3) Sur l’exécution provisoire
Aux termes des articles 514 et 514-1 du code de procédure civile, les décisions de première instance sont de droit exécutoires à titre provisoire, à moins que la loi ou la décision rendue n’en dispose autrement. Le juge peut écarter l’exécution provisoire de droit en tout ou partie, s’il estime qu’elle est incompatible avec la nature de l’affaire.
En l’espèce, aucune demande contraire n’est formulée et aucune disposition ne vient en opposition.

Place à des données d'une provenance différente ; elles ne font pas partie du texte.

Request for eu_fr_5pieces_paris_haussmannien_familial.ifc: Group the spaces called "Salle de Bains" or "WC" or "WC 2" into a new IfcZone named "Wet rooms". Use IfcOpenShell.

First a look at what the model holds.

```python
import ifcopenshell

model = ifcopenshell.open("eu_fr_5pieces_paris_haussmannien_familial.ifc")
print(model.schema)
seen = {}
for space in model.by_type("IfcSpace"):
    seen[space.LongName] = seen.get(space.LongName, 0) + 1
for name, count in sorted(seen.items(), key=str):
    print(count, "x", name)
print("zones:", [z.Name for z in model.by_type("IfcZone")][:20])
```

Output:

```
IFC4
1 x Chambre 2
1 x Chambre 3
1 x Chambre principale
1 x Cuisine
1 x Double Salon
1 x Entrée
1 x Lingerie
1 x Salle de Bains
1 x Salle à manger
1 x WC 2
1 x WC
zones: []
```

```python
import ifcopenshell
import ifcopenshell.api.group
import ifcopenshell.api.root

model = ifcopenshell.open("eu_fr_5pieces_paris_haussmannien_familial.ifc")

names = {"Salle de Bains", "WC", "WC 2"}
spaces = [s for s in model.by_type("IfcSpace") if s.LongName in names]

zone = ifcopenshell.api.root.create_entity(model, ifc_class="IfcZone", name="Wet rooms")
ifcopenshell.api.group.assign_group(model, products=spaces, group=zone)
print(len(spaces), "spaces in", zone.Name)

model.write("eu_fr_5pieces_paris_haussmannien_familial_updated.ifc")
```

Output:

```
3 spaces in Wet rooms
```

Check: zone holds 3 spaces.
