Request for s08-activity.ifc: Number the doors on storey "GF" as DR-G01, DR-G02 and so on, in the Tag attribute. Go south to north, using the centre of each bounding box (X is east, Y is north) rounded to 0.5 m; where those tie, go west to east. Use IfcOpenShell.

First a look at what the model holds.

```python
import ifcopenshell
import ifcopenshell.util.element
import ifcopenshell.util.placement

model = ifcopenshell.open("s08-activity.ifc")
print(model.schema)
storey = next(s for s in model.by_type("IfcBuildingStorey") if s.Name == "GF")
doors = [e for e in ifcopenshell.util.element.get_decomposition(storey) if e.is_a("IfcDoor")]
for e in sorted(doors, key=lambda e: e.id()):
    origin = ifcopenshell.util.placement.get_local_placement(e.ObjectPlacement)[:3, 3]
    print(e.id(), e.Tag, e.Name, origin.round(2) + 0.0, sep=" | ")
```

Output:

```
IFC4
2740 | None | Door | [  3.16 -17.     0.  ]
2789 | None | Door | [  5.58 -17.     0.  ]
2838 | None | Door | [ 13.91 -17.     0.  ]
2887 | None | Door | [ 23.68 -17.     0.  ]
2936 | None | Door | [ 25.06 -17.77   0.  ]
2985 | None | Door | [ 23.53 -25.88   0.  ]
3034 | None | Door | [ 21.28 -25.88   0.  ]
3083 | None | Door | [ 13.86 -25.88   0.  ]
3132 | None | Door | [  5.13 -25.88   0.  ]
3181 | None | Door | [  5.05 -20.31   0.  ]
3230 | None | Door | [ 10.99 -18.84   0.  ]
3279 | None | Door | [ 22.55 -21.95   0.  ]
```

```python
import ifcopenshell
import ifcopenshell.geom
import ifcopenshell.util.element
import ifcopenshell.util.shape

model = ifcopenshell.open("s08-activity.ifc")
settings = ifcopenshell.geom.settings()
settings.set("use-world-coords", True)


def centre(element):
    shape = ifcopenshell.geom.create_shape(settings, element)
    return ifcopenshell.util.shape.get_bbox_centroid(shape.geometry)


storey = next(s for s in model.by_type("IfcBuildingStorey") if s.Name == "GF")
doors = [e for e in ifcopenshell.util.element.get_decomposition(storey) if e.is_a("IfcDoor")]

# Insertion points can sit at a corner or the storey origin, so sort by the geometry (in metres).
centres = {e: centre(e) for e in doors}
doors.sort(key=lambda e: (round(centres[e][1] / 0.5), centres[e][0]))

for i, e in enumerate(doors, start=1):
    number = f"DR-G{i:02d}"
    e.Tag = number
    print(e.id(), number)

model.write("s08-activity_edited.ifc")
```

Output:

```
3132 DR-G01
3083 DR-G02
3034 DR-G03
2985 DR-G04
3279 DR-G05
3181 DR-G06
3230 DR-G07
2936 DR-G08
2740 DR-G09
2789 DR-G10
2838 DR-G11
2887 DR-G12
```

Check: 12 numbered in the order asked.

En conséquence, la présente décision est exécutoire par provision de plein droit.
PAR CES MOTIFS
Le Tribunal, statuant après audience publique, par jugement contradictoire et en premier ressort, par mise à disposition au greffe :
DÉBOUTE [S] [L] de toutes ses demandes principales indemnitaires formées à l’encontre de la S.A. SURAVENIR ASSURANCES ;
CONDAMNE [S] [L] aux dépens ;
DÉBOUTE [S] [L] de sa demande fondée sur les dispositions de l’article 700 du code de procédure civile ;
CONDAMNE [S] [L] à payer à la S.A. SURAVENIR ASSURANCES la somme de 800 euros au titre des dispositions de l’article 700 du code de procédure civile ;
DÉBOUTE les parties de leurs demandes plus amples ou contraires ;
RAPPELLE que la présente décision est exécutoire par provision de plein droit.
Ainsi jugé et prononcé par mise à disposition les jour, mois et an susdits par le tribunal et le greffier susnommés.
EN FOI DE QUOI, le présent jugement a été signé par le Président et le Greffier, sus-désignés.